Tenho saudades da vida
Quase desejo morrer
É só para olhar os teus olhos
Que inda desejo viver 

(Fernando Rolim) 

O Rio Mondego que atravessa a cidade de Coimbra tem o seu curso inteiramente em Portugal. Nasce na Serra da Estrela, percorre toda a região do centro do país e tem a sua foz no Atlântico, na cidade de Figueira da Foz. Ele é inspiração para escritores e poetas e também uma reverência popular:

Corre Mondego

Nasce na Estrela o Mondego
Vai passar junto à Felgueira
Atravessando Coimbra
Vai parar junto à Figueira 

Corre Mondego, devagarinho
Paz e sossego, vai de mansinho
Se ouvires dizer algum dia
Que um estudante morreu
Reza-lhe um Avé-Maria
Que este estudante sou eu 

(Popular)

Canção do Mondego

Vendo correr-te o pranto
Na hora em que parti,
- Como me amavas tanto -
Ao dar-te o "adeus", sorri. 

Ouvi, quando voltei:
"Já te não amo, não"
Era verdade , e então
- Vendo-te rir - , chorei 

(Manuel da Silva Gaio)

Este ano, com a comemoração dos 50 anos do 25 de abril teve lugar fados com letras de protesto/denúncia como a Trova do vento que passa, com letra de António Portugal e Manoel Alegre.

Pergunto aos rios que levam
Tanto sonho à flor das águas
E os rios não me sossegam
Levam sonhos deixam mágoas
Pergunto à gente que passa
Por que vai de olhos no chão
Silêncio é tudo o que tem
Quem vive na servidão 

Há quem te queira ignorada
E fale pátria em teu nome.
Eu vi-te crucificada
Nos braços negros da fome 

E em toda Serenata Monumental há as canções da despedida. São as Balada da nostalgia, Balada da despedida e Balada de Coimbra.

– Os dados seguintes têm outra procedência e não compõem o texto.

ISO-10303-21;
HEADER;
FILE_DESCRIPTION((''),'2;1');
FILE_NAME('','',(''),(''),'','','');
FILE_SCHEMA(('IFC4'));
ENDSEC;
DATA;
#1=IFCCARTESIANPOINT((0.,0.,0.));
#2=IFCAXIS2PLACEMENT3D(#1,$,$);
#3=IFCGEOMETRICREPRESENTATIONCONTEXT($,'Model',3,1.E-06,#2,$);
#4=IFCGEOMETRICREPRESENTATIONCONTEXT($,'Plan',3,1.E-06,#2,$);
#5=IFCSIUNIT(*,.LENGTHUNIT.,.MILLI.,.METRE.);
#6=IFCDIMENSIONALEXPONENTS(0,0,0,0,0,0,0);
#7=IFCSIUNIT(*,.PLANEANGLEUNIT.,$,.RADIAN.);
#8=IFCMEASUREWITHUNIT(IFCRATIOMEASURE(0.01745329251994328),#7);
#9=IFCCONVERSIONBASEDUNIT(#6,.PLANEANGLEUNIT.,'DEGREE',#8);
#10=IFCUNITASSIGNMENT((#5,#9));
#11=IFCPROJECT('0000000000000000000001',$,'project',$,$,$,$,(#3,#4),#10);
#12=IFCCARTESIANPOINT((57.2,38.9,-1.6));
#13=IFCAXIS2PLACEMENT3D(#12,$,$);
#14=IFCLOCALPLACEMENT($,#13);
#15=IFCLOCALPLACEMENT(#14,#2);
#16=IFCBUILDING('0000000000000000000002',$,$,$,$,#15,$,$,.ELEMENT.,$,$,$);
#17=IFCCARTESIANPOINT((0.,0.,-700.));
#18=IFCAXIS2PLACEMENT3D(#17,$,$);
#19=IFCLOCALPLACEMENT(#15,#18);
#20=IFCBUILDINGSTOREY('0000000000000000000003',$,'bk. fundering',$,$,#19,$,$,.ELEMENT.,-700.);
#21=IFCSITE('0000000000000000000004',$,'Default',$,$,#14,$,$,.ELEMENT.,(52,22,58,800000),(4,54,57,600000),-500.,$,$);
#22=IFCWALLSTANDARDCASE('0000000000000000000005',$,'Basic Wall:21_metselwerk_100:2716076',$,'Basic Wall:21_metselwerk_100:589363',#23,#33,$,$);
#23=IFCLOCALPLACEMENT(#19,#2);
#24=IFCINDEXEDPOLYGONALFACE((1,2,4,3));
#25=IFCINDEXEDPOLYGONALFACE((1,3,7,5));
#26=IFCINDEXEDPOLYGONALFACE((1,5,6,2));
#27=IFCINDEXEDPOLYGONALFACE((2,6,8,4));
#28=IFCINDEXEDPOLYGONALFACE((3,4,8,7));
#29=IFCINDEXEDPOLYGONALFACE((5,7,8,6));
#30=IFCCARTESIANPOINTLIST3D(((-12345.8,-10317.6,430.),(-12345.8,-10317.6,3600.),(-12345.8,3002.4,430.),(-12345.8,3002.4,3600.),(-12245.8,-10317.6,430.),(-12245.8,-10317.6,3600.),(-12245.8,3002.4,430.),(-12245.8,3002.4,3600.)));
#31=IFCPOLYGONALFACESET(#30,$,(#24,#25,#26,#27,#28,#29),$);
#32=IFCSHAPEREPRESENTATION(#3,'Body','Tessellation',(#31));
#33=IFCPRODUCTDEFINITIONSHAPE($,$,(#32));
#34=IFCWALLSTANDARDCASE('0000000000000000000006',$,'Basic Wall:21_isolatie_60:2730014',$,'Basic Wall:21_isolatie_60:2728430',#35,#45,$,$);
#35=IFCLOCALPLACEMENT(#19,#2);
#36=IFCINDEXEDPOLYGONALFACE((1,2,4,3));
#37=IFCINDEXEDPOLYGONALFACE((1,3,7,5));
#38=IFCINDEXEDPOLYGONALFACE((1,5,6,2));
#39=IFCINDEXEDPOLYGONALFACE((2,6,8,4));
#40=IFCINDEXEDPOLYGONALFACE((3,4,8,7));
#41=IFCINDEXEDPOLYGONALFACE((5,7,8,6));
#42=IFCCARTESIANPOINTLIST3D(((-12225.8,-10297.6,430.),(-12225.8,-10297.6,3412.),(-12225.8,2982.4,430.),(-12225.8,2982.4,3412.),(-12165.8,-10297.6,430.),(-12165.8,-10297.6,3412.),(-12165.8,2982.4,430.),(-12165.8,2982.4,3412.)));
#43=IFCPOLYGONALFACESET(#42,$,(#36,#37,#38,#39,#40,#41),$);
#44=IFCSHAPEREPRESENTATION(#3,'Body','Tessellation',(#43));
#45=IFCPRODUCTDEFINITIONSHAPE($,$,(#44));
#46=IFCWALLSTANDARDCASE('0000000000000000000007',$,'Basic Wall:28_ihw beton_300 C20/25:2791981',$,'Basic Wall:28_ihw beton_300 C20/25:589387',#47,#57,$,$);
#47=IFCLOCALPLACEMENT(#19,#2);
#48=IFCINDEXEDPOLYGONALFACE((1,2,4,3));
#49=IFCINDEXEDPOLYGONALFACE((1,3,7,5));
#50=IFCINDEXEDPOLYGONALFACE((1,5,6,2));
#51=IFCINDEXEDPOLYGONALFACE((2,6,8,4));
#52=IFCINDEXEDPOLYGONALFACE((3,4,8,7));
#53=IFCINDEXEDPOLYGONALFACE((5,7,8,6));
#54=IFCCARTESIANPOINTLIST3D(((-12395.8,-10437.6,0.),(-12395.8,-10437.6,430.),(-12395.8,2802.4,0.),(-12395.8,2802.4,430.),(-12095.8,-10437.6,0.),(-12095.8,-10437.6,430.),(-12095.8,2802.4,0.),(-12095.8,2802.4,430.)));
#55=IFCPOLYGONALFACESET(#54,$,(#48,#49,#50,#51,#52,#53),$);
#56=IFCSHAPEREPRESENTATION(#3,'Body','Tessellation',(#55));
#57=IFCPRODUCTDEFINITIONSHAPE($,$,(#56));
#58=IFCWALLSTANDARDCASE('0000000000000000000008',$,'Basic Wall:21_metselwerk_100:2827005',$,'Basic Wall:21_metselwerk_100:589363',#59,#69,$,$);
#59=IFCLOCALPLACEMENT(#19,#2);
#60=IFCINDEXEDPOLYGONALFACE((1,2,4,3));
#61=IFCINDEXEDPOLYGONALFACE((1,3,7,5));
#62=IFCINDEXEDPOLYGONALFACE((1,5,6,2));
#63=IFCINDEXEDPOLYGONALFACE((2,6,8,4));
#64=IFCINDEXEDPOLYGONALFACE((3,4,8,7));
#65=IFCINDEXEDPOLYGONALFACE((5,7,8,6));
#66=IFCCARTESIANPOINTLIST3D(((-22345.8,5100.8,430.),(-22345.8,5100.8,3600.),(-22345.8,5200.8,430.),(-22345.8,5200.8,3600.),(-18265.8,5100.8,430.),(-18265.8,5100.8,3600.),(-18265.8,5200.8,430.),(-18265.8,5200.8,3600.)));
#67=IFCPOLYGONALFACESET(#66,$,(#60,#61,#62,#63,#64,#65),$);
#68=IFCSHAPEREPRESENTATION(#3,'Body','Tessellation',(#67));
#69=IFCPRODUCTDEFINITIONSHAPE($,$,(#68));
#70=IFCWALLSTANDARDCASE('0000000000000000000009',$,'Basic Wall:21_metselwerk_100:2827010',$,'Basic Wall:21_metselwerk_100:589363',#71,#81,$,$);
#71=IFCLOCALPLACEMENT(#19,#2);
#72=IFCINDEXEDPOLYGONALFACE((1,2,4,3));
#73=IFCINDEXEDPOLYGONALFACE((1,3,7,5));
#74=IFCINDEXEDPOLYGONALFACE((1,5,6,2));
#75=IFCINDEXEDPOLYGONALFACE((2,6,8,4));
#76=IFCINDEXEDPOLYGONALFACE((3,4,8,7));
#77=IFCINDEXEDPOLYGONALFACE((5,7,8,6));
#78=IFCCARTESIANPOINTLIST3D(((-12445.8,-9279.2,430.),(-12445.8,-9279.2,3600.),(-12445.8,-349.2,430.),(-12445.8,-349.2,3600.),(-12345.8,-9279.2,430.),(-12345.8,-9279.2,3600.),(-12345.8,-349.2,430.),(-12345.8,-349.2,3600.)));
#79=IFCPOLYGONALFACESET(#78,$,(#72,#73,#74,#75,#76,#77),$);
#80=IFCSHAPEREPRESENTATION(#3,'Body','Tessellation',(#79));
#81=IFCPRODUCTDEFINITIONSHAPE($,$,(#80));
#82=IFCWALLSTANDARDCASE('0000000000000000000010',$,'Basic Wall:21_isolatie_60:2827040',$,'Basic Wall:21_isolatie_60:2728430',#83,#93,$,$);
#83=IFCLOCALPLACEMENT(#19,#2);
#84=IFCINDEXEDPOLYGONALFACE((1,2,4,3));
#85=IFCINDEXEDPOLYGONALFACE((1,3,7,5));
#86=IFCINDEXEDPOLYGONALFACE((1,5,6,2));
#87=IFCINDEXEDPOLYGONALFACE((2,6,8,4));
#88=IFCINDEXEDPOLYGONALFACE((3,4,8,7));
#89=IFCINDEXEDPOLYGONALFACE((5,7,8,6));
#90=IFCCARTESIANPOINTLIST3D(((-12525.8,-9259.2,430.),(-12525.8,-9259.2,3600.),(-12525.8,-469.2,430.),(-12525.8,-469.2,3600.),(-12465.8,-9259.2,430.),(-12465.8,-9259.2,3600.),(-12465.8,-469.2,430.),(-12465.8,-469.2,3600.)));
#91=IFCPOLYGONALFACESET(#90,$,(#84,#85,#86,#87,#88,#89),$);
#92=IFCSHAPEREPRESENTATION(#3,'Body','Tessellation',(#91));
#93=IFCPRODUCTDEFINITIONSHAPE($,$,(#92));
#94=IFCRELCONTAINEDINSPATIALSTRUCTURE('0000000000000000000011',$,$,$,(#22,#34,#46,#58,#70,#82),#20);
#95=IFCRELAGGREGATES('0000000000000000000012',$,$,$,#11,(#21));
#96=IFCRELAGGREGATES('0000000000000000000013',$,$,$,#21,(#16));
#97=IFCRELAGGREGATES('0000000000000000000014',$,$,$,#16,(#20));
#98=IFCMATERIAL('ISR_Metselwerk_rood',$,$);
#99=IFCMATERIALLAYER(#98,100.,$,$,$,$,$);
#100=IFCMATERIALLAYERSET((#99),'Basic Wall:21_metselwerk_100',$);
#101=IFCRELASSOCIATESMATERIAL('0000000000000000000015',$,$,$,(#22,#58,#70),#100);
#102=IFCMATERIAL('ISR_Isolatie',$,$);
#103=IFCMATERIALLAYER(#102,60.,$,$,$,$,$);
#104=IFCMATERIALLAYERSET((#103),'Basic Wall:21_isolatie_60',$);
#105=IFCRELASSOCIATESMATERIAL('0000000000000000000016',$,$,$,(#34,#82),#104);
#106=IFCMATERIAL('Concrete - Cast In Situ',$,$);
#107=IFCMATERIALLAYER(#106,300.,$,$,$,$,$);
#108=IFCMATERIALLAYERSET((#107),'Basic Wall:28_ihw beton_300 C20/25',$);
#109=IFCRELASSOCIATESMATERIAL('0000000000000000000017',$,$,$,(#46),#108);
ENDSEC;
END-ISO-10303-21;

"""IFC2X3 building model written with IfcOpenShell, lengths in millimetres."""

from ifc_helpers import new_model, entity, si_unit, converted_unit, frame, frame_2d, origin, place, context, project, spatial, rectangle, extrude, material, layer, layer_set, layer_usage, element, save


model = new_model("IFC2X3")

# Units and contexts
model_context = context("Model", 3, precision=1e-06, world=origin())
plan_context = context("Plan", 3, precision=1e-06, world=origin())
ifc_project = project(units=[si_unit("LENGTHUNIT", "METRE", prefix="MILLI"), converted_unit("PLANEANGLEUNIT", "DEGREE", entity("IfcRatioMeasure", 0.01745329251994328), si_unit("PLANEANGLEUNIT", "RADIAN"), dimensions=[0, 0, 0, 0, 0, 0, 0])], contexts=[model_context, plan_context])

# Site, building, storey
site_placement = place(None, frame((57.2, 38.9, -1.6)))
site = spatial("IfcSite", under=ifc_project, at=site_placement, Name="Default", CompositionType="ELEMENT", RefLatitude=(52, 22, 58, 800000), RefLongitude=(4, 54, 57, 600000), RefElevation=-500.0)
building_placement = place(site_placement, origin())
building = spatial("IfcBuilding", under=site, at=building_placement, CompositionType="ELEMENT")
storey_placement = place(building_placement, frame((0.0, 0.0, -700.0)))
storey = spatial("IfcBuildingStorey", under=building, at=storey_placement, Name="bk. fundering", CompositionType="ELEMENT", Elevation=-700.0)

# Shared definitions
ifc_material_1 = material(Name="ISR_Metselwerk_rood")
ifc_layer_1 = layer(ifc_material_1, 100.0)
ifc_layer_set_1 = layer_set([ifc_layer_1], Name="Basic Wall:21_metselwerk_100")

# Walls
ifc_layer_usage_1 = layer_usage(ifc_layer_set_1, "AXIS2", "POSITIVE", -50.0)
wall_1_placement = place(storey_placement, frame((-12295.8, 3052.4, 430.0), z_axis=(0.0, 0.0, 1.0), x_axis=(0.0, -1.0, 0.0)))
element("IfcWallStandardCase", 1, at=wall_1_placement, inside=storey, material=ifc_layer_usage_1, Name="Basic Wall:21_metselwerk_100:2716076", ObjectType="Basic Wall:21_metselwerk_100:589363", context=model_context, shape_type="SweptSolid", body=[
    extrude(rectangle(XDim=13320.0, YDim=100.0, at=frame_2d((6710.0, 0.0), x_axis=(-1.0, 0.0))), origin(), (0.0, 0.0, 1.0), 3170.0),
])
ifc_material_2 = material(Name="ISR_Isolatie")
ifc_layer_2 = layer(ifc_material_2, 60.0)
ifc_layer_set_2 = layer_set([ifc_layer_2], Name="Basic Wall:21_isolatie_60")
ifc_layer_usage_2 = layer_usage(ifc_layer_set_2, "AXIS2", "NEGATIVE", 30.0)
wall_2_placement = place(storey_placement, frame((-12195.8, 2982.4, 430.0), z_axis=(0.0, 0.0, 1.0), x_axis=(0.0, -1.0, 0.0)))
element("IfcWallStandardCase", 2, at=wall_2_placement, inside=storey, material=ifc_layer_usage_2, Name="Basic Wall:21_isolatie_60:2730014", ObjectType="Basic Wall:21_isolatie_60:2728430", context=model_context, shape_type="SweptSolid", body=[
    extrude(rectangle(XDim=13280.0, YDim=60.0, at=frame_2d((6640.0, 0.0), x_axis=(-1.0, 0.0))), origin(), (0.0, 0.0, 1.0), 2982.0),
])

# Wall
ifc_material_3 = material(Name="Concrete - Cast In Situ")
ifc_layer_3 = layer(ifc_material_3, 300.0)
ifc_layer_set_3 = layer_set([ifc_layer_3], Name="Basic Wall:28_ihw beton_300 C20/25")
ifc_layer_usage_3 = layer_usage(ifc_layer_set_3, "AXIS2", "NEGATIVE", 150.0)
wall_3_placement = place(storey_placement, frame((-12245.8, 2802.4, 0.0), z_axis=(0.0, 0.0, 1.0), x_axis=(0.0, -1.0, 0.0)))
element("IfcWallStandardCase", 3, at=wall_3_placement, inside=storey, material=ifc_layer_usage_3, Name="Basic Wall:28_ihw beton_300 C20/25:2791981", ObjectType="Basic Wall:28_ihw beton_300 C20/25:589387", context=model_context, shape_type="SweptSolid", body=[
    extrude(rectangle(XDim=13240.0, YDim=300.0, at=frame_2d((6620.0, 0.0), x_axis=(-1.0, 0.0))), origin(), (0.0, 0.0, 1.0), 430.0),
])

# Wall
ifc_layer_usage_4 = layer_usage(ifc_layer_set_1, "AXIS2", "POSITIVE", -50.0)
wall_4_placement = place(storey_placement, frame((-22345.8, 5150.8, 430.0)))
element("IfcWallStandardCase", 4, at=wall_4_placement, inside=storey, material=ifc_layer_usage_4, Name="Basic Wall:21_metselwerk_100:2827005", ObjectType="Basic Wall:21_metselwerk_100:589363", context=model_context, shape_type="SweptSolid", body=[
    extrude(rectangle(XDim=4080.0, YDim=100.0, at=frame_2d((2040.0, 0.0), x_axis=(-1.0, 0.0))), origin(), (0.0, 0.0, 1.0), 3170.0),
])

# Walls
ifc_layer_usage_5 = layer_usage(ifc_layer_set_1, "AXIS2", "NEGATIVE", 50.0)
wall_5_placement = place(storey_placement, frame((-12395.8, -349.2, 430.0), z_axis=(0.0, 0.0, 1.0), x_axis=(0.0, -1.0, 0.0)))
element("IfcWallStandardCase", 5, at=wall_5_placement, inside=storey, material=ifc_layer_usage_5, Name="Basic Wall:21_metselwerk_100:2827010", ObjectType="Basic Wall:21_metselwerk_100:589363", context=model_context, shape_type="SweptSolid", body=[
    extrude(rectangle(XDim=8930.0, YDim=100.0, at=frame_2d((4465.0, 0.0), x_axis=(-1.0, 0.0))), origin(), (0.0, 0.0, 1.0), 3170.0),
])
ifc_layer_usage_6 = layer_usage(ifc_layer_set_2, "AXIS2", "POSITIVE", -30.0)
wall_6_placement = place(storey_placement, frame((-12495.8, -469.2, 430.0), z_axis=(0.0, 0.0, 1.0), x_axis=(0.0, -1.0, 0.0)))
element("IfcWallStandardCase", 6, at=wall_6_placement, inside=storey, material=ifc_layer_usage_6, Name="Basic Wall:21_isolatie_60:2827040", ObjectType="Basic Wall:21_isolatie_60:2728430", context=model_context, shape_type="SweptSolid", body=[
    extrude(rectangle(XDim=8790.0, YDim=60.0, at=frame_2d((4395.0, 0.0), x_axis=(-1.0, 0.0))), origin(), (0.0, 0.0, 1.0), 3170.0),
])

save(model, "model.ifc")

Todas versam sobre o encerramento dos tempos universitários e para muitos, implica a despedida da cidade também. Lágrimas lavam a Sé Velha numa noite emocionante ao som das guitarras portuguesas. Tamanha comoção marca o início das festividades da Queima das Fitas, e depois, o cortejo e o ritual são pura animação e euforia.

A Coimbra dos universitários, dos fados, do Mondego, da saudade continua ano após ano reforçando a tradição com seus cantos e encantos. 

No livro Coimbra em palavras (2018), Wagner Merije descreveu: repleta de “imensitudes”, Coimbra mantêm a sua magia de outrora como poucos lugares no mundo, numa sensação constante de “seja eterno enquanto dure”. Feita de passado e de presente, este lugar propaga poesia, histórias e memórias de personagens intrigantes, nobres, plebeus, de gente como a gente, serenatas, bebedeiras e amores mil.

Adriana Calcanhoto, Embaixadora da Língua Portuguesa na UC, também cantou Coimbra em Corre o Munda:

Não existe rima para ti Coimbra
Nem achei palavra para explicar-te
Não existe rima para ti Coimbra
Nem achei palavra para decifrar-te 

Não permita a Deus que eu morra sem voltar
A flanar-te sob o céu cinza
A encher-me os olhos com o rio raso que te serpenteia
Por onde vagueia tua compositora sem eira nem beira
Corre o Munda 

Coimbra exala inspiração e os poetas a cantam em seus versos, como se a cidade fosse feita de letras abraçadas a notas musicais. Sente-se Coimbra na vibração de todas as suas canções, das suas ruas que lembram as Minas Gerais e mais uma vez é aquela saudade (no caso, para mim)...

Viver Coimbra é assim, em cada canto uma canção.